Tag Archives: Thoughts

These forgotten shreds of plastic helped a photographer mourn his mom

Simple, beautiful and emotional. There are still great ideas and photographs out there just waiting to be made. 😊  Pelle

© Wes Bell, and the article was found in The Washington Post.

https://www.washingtonpost.com/news/in-sight/wp/2017/03/13/these-forgotten-shreds-of-plastic-helped-a-photographer-mourn-his-mom/

Wes Bell’s series “Snag,” inspired by the death of his mother, takes a beautiful and simple idea and infuses an ordinary scene with great emotional power. There is beauty, loss and poetry in every frame. After 20 years in New York working as an international fashion photographer, Bell returned to his birthplace and to fine-art photography in Alberta, Canada.

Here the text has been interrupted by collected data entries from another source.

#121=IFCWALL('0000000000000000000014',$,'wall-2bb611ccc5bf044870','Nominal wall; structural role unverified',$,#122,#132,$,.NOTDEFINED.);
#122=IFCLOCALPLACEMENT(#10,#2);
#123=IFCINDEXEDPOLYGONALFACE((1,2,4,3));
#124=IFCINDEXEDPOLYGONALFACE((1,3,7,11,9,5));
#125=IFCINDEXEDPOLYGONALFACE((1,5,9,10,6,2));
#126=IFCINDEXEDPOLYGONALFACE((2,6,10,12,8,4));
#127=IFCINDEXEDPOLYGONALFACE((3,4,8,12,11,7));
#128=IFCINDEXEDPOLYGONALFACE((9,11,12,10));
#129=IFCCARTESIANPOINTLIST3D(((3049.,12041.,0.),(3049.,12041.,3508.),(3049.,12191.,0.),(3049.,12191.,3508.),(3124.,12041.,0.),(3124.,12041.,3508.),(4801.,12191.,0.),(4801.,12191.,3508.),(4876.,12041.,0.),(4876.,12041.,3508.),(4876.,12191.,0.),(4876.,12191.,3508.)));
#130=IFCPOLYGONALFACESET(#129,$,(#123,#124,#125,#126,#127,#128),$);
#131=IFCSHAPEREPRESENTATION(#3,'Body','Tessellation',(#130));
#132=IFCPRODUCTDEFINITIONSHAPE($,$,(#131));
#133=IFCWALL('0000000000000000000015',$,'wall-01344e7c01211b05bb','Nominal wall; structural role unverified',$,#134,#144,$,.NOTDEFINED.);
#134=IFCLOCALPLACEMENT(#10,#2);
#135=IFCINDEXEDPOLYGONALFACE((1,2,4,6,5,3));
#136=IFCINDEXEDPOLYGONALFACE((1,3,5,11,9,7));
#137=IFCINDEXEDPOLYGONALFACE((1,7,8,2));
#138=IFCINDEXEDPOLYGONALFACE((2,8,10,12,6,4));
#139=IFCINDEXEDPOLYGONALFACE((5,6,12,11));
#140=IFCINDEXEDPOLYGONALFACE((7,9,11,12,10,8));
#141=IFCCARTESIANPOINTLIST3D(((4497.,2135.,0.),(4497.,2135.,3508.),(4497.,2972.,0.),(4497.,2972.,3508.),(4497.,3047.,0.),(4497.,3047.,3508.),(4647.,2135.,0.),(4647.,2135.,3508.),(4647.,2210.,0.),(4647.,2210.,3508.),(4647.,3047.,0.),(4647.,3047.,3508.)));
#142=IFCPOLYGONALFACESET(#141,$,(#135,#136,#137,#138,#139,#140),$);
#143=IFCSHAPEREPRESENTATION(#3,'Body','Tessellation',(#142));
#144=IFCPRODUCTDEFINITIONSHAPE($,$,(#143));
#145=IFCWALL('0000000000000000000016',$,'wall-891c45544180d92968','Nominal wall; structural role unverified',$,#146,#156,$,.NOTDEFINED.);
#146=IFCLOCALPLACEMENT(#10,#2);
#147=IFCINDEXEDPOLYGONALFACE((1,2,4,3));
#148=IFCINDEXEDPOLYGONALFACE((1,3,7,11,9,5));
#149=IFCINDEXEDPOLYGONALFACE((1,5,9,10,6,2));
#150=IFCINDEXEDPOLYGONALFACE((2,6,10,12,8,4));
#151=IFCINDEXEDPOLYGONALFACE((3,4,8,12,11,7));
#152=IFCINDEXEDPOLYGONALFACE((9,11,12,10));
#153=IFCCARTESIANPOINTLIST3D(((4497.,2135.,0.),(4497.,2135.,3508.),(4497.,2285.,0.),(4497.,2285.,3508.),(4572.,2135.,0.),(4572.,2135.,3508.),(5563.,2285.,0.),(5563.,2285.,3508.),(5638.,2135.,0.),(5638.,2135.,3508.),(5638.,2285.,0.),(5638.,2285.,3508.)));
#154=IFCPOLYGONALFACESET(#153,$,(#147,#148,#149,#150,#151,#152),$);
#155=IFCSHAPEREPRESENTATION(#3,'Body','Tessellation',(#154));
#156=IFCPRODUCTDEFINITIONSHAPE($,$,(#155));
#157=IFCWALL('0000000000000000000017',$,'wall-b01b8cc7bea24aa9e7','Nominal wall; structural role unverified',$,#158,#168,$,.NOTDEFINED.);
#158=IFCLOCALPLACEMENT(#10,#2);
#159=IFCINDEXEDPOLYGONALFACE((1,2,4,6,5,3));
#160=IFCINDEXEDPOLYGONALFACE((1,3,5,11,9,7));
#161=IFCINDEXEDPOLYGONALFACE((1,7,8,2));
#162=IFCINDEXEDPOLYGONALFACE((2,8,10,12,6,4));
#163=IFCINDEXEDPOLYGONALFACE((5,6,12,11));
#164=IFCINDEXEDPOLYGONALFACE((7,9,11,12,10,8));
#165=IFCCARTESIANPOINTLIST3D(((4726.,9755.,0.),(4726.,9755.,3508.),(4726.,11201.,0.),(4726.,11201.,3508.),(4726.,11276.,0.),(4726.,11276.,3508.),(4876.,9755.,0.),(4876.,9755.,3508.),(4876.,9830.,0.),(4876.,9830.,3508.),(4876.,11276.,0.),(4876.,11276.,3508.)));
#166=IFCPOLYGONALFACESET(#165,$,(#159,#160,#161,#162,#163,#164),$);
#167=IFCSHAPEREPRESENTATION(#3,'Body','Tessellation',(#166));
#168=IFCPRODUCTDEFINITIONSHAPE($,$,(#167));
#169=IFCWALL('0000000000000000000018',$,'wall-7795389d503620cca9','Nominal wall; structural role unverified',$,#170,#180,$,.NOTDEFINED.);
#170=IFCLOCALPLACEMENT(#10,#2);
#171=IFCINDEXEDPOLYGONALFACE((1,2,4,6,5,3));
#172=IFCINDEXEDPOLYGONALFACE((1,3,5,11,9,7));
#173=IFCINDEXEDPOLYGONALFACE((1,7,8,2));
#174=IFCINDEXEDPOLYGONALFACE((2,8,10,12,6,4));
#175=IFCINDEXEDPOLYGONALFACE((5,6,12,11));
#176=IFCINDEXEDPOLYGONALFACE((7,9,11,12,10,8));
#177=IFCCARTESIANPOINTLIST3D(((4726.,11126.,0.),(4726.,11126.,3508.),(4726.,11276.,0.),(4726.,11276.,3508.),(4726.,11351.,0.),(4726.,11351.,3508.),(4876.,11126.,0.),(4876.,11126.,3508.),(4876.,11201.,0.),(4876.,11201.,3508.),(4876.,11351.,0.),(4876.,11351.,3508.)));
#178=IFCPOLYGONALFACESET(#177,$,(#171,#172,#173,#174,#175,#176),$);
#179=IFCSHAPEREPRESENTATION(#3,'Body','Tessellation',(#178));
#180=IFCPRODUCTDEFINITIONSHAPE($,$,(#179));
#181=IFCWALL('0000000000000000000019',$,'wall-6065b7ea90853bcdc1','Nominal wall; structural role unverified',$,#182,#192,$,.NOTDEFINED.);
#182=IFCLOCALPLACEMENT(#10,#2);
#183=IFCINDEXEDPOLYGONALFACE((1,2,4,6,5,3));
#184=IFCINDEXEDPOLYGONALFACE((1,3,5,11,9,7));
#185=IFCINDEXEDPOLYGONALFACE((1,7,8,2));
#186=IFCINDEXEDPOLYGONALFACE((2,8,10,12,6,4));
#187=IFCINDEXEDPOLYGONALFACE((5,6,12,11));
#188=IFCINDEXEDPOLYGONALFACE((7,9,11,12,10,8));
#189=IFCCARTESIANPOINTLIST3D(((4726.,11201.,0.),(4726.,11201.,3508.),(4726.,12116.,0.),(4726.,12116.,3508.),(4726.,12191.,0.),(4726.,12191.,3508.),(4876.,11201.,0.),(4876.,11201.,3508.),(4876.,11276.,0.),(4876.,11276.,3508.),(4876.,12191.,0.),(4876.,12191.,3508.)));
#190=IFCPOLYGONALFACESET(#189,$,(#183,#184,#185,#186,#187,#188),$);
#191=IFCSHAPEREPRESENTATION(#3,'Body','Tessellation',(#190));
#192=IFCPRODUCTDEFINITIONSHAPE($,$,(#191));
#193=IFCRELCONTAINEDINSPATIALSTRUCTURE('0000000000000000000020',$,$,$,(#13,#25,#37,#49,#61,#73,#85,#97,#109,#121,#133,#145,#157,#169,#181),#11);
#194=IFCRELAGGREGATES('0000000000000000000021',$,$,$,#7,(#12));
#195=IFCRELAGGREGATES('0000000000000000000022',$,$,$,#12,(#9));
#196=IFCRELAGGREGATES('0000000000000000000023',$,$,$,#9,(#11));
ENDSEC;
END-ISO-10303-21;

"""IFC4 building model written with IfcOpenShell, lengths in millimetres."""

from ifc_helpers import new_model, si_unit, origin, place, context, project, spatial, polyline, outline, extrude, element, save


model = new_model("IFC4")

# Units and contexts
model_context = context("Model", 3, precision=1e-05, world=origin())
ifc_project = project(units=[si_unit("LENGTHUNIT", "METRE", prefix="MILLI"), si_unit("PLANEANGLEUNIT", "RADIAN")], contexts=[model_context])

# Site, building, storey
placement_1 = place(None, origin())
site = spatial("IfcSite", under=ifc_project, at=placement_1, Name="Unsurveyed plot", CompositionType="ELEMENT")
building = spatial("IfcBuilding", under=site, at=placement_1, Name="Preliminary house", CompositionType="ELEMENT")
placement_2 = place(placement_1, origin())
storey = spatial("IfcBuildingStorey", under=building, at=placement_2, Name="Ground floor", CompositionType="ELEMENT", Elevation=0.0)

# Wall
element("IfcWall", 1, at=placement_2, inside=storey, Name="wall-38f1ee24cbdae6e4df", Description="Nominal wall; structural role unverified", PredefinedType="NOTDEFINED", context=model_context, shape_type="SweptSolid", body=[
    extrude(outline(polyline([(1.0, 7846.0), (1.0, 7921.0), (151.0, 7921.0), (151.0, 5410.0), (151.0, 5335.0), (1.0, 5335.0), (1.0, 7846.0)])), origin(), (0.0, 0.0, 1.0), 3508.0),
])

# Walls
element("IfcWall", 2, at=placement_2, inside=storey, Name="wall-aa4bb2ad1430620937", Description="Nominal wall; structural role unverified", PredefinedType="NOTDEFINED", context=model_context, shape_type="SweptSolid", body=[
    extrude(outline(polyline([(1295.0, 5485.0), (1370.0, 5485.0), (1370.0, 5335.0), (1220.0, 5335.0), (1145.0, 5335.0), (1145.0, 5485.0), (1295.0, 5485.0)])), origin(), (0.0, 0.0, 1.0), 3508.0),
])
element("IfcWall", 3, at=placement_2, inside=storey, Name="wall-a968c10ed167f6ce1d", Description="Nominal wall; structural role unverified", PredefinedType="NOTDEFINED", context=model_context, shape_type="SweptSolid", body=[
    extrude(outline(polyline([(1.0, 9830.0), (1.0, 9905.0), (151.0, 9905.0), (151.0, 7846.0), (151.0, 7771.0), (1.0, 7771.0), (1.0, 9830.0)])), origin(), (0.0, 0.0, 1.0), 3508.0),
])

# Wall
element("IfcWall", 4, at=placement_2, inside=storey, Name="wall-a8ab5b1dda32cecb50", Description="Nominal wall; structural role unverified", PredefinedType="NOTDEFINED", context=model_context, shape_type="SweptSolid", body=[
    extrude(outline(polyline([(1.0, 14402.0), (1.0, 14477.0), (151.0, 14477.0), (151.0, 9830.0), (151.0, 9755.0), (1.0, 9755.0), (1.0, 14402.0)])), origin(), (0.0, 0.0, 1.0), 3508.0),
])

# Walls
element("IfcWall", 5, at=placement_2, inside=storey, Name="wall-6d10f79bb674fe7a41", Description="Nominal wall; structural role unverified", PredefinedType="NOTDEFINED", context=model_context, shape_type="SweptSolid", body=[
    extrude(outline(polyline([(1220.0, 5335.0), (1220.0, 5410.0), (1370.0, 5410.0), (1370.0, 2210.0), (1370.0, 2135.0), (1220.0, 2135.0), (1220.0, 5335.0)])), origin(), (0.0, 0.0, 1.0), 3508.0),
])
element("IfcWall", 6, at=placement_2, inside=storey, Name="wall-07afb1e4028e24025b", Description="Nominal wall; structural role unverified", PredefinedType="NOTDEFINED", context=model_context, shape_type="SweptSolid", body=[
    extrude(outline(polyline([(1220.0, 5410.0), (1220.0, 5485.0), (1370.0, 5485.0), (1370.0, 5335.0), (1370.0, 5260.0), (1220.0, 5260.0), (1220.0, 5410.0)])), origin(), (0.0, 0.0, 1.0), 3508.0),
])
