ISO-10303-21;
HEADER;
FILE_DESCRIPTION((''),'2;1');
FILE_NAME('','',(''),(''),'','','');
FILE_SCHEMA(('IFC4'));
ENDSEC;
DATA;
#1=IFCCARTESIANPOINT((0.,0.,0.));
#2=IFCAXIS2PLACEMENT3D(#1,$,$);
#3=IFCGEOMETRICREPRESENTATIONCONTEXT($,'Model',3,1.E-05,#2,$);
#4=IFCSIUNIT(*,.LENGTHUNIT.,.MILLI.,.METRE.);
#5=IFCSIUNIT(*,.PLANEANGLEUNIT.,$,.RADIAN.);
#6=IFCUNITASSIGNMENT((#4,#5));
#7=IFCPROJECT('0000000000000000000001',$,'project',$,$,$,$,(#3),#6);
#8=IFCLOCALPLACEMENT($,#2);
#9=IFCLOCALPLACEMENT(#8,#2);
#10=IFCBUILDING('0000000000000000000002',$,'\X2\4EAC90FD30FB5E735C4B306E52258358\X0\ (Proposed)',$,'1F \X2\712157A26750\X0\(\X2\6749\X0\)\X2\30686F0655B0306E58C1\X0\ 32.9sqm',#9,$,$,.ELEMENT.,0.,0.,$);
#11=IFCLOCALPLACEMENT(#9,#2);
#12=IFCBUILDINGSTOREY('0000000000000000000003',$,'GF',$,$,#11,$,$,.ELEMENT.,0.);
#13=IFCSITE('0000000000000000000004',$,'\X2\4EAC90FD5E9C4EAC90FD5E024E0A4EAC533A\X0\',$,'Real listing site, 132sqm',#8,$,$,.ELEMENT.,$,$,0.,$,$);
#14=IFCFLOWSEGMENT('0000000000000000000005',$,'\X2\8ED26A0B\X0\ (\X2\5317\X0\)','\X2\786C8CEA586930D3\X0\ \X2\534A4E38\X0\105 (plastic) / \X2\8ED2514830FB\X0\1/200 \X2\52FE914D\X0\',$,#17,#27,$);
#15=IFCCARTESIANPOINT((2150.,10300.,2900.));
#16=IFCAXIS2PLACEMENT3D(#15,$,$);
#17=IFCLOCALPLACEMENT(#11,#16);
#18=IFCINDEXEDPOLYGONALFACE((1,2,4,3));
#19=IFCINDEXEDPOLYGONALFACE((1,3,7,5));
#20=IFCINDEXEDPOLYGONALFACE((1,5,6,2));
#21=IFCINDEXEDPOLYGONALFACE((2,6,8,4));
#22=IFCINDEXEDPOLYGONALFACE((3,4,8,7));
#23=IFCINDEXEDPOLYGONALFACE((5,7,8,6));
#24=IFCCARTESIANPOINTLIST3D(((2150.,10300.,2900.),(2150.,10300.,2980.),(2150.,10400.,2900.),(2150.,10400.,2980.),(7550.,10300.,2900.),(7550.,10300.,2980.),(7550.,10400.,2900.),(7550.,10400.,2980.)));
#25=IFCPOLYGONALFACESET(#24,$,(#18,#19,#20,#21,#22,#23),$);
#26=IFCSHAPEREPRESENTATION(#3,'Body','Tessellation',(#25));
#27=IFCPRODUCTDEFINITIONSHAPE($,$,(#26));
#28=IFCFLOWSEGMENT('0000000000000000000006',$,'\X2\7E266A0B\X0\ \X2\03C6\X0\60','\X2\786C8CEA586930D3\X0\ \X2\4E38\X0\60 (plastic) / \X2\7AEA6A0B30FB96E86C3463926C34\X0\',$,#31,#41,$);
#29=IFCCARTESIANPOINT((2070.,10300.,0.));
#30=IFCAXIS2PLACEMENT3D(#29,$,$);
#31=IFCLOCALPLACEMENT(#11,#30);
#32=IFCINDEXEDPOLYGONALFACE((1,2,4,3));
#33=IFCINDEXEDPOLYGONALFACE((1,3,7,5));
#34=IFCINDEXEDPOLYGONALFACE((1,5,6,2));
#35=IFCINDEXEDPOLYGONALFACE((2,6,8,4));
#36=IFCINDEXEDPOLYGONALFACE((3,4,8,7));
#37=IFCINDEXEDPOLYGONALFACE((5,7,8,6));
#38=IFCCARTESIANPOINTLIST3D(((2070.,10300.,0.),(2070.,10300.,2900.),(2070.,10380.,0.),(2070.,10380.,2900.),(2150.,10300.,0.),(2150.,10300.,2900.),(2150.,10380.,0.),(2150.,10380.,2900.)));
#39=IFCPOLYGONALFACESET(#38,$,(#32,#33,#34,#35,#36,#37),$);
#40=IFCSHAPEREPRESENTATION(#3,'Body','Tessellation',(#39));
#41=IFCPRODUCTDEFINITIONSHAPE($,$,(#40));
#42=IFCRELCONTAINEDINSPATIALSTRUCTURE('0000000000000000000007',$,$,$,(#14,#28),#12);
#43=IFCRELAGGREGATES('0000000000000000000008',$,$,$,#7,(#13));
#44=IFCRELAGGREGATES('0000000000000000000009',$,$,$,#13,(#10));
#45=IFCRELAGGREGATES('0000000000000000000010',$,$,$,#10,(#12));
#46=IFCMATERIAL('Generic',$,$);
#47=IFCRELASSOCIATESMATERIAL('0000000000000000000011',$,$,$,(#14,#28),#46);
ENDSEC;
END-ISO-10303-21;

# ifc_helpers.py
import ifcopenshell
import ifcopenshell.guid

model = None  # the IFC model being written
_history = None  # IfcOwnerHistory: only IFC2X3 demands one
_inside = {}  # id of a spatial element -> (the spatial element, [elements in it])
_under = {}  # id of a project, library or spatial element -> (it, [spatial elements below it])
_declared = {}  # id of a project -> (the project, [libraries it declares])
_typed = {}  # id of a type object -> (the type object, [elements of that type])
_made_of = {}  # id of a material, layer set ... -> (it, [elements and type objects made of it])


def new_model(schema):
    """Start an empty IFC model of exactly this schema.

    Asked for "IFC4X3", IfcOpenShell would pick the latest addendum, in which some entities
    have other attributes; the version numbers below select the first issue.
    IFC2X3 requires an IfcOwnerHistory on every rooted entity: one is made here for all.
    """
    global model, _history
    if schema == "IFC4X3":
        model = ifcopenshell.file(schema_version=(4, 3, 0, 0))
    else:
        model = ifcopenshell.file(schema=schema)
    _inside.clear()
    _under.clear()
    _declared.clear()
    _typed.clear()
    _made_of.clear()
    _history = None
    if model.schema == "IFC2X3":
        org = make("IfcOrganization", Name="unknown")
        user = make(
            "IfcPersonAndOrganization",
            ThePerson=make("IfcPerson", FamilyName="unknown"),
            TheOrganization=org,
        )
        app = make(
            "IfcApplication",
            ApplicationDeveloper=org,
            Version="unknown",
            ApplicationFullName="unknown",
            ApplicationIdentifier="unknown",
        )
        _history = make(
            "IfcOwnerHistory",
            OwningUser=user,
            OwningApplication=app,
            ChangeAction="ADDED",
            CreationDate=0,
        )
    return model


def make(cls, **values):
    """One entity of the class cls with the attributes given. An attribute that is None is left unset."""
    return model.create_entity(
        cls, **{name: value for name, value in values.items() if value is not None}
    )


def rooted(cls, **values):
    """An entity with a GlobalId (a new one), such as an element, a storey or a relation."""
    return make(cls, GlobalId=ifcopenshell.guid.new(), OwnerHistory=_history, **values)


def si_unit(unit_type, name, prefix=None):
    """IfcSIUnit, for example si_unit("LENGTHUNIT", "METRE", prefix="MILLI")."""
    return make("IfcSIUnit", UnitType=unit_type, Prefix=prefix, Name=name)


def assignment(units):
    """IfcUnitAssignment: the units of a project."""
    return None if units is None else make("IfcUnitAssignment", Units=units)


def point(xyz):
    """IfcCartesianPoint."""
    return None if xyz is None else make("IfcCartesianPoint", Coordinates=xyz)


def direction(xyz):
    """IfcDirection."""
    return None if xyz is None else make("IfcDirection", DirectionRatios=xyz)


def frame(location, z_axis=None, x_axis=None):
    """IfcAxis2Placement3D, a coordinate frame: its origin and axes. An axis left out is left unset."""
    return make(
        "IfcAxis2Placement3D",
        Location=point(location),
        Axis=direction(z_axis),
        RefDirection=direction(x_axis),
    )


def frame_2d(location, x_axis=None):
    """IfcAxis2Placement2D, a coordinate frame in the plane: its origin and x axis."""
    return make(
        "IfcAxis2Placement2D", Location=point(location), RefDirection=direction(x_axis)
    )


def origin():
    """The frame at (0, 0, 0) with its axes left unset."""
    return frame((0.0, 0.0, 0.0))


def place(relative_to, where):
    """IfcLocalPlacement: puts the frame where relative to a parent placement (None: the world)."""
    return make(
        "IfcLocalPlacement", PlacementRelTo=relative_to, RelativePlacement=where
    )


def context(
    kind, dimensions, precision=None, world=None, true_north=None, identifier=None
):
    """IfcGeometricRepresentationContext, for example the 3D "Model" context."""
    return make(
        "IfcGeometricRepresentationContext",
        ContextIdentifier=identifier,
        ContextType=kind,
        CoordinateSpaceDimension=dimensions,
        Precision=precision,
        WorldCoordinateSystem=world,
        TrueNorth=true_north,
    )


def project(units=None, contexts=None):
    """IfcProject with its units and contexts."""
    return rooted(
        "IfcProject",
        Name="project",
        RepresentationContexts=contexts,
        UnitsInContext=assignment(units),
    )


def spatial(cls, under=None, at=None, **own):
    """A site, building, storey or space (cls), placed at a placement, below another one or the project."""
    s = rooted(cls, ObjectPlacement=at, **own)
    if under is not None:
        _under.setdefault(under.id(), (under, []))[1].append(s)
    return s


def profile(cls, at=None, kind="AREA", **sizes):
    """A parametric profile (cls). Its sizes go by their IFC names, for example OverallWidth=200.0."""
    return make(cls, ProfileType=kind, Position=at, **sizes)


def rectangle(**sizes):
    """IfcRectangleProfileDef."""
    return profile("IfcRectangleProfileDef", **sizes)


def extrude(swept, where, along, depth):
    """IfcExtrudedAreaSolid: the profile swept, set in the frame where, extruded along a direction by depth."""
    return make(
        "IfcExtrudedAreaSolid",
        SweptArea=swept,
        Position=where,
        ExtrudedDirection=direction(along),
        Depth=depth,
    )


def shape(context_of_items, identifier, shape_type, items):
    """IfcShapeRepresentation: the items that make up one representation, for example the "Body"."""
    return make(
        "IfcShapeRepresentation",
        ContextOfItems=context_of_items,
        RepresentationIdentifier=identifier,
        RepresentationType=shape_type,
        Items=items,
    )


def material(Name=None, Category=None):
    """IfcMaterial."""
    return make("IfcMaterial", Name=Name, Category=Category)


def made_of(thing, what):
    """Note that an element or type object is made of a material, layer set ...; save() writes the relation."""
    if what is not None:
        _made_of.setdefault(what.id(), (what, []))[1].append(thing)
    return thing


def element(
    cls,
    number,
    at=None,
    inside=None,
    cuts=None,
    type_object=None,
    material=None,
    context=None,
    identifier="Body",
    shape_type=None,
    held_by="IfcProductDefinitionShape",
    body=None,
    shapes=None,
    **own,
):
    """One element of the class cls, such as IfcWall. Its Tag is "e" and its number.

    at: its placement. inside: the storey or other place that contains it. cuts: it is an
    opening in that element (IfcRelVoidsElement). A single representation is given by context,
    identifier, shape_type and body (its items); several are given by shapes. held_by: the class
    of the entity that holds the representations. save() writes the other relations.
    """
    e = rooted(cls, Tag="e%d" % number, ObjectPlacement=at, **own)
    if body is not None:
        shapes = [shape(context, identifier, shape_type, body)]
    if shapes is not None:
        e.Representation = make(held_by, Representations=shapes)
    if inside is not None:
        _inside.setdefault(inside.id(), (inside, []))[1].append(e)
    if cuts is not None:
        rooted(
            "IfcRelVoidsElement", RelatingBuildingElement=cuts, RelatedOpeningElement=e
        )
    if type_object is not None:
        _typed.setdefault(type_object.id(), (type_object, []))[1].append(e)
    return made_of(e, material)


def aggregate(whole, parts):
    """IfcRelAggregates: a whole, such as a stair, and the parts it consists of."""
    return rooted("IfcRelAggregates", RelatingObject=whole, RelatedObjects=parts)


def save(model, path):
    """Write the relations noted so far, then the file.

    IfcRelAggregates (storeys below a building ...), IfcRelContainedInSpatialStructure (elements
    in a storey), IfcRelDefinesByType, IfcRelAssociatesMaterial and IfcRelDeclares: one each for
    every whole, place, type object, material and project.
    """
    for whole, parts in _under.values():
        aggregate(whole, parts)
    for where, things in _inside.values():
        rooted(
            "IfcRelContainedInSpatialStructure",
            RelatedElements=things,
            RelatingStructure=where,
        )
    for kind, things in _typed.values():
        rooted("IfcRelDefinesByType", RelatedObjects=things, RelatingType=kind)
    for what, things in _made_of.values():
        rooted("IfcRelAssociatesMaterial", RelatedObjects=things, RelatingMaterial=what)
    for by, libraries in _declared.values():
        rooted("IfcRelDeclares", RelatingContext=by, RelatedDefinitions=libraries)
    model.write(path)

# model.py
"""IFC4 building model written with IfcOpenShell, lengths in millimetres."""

from ifc_helpers import new_model, si_unit, frame, frame_2d, origin, place, context, project, spatial, rectangle, extrude, material, element, save


model = new_model("IFC4")

# Units and contexts
model_context = context("Model", 3, precision=1e-05, world=origin())
ifc_project = project(units=[si_unit("LENGTHUNIT", "METRE", prefix="MILLI"), si_unit("PLANEANGLEUNIT", "RADIAN")], contexts=[model_context])

# Site, building, storey
site_placement = place(None, origin())
site = spatial("IfcSite", under=ifc_project, at=site_placement, Name="京都府京都市上京区", ObjectType="Real listing site, 132sqm", CompositionType="ELEMENT", RefElevation=0.0)
building_placement = place(site_placement, origin())
building = spatial("IfcBuilding", under=site, at=building_placement, Name="京都・平屋の別荘 (Proposed)", ObjectType="1F 無垢材(杉)と漆喰の壁 32.9sqm", CompositionType="ELEMENT", ElevationOfRefHeight=0.0, ElevationOfTerrain=0.0)
storey_placement = place(building_placement, origin())
storey = spatial("IfcBuildingStorey", under=building, at=storey_placement, Name="GF", CompositionType="ELEMENT", Elevation=0.0)

# Shared definitions
ifc_material_1 = material(Name="Generic")

# Flow segments
flow_segment_1_placement = place(storey_placement, frame((2150.0, 10300.0, 2900.0)))
element("IfcFlowSegment", 1, at=flow_segment_1_placement, inside=storey, material=ifc_material_1, Name="軒樋 (北)", Description="硬質塩ビ 半丸105 (plastic) / 軒先・1/200 勾配", context=model_context, shape_type="SweptSolid", body=[
    extrude(rectangle(XDim=5400.0, YDim=100.0, at=frame_2d((2700.0, 50.0))), frame((2150.0, 10300.0, 2900.0)), (0.0, 0.0, 1.0), 80.0),
])
flow_segment_2_placement = place(storey_placement, frame((2070.0, 10300.0, 0.0)))
element("IfcFlowSegment", 2, at=flow_segment_2_placement, inside=storey, material=ifc_material_1, Name="縦樋 φ60", Description="硬質塩ビ 丸60 (plastic) / 竪樋・雨水排水", context=model_context, shape_type="SweptSolid", body=[
    extrude(rectangle(XDim=80.0, YDim=80.0, at=frame_2d((40.0, 40.0))), frame((2070.0, 10300.0, 0.0)), (0.0, 0.0, 1.0), 2900.0),
])

save(model, "model.ifc")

In describing this work, Bell said: “Three years ago, I was leaving for the airport after saying goodbye to my mother. She was dying of cancer. On the long drive across the Alberta prairie, I found myself distracted by flapping remnants of plastic bags, caught in barbed-wire fences that lined the ditches. Whipped violently by the wind, they were left shredded and lacerated, but trapped nonetheless in the no man’s land of boundary fences, neither here nor there. Thinking about mortality, pain and death in the context of my mother’s terminal illness, these forgotten shreds of plastic took on a deeper significance — Snag.”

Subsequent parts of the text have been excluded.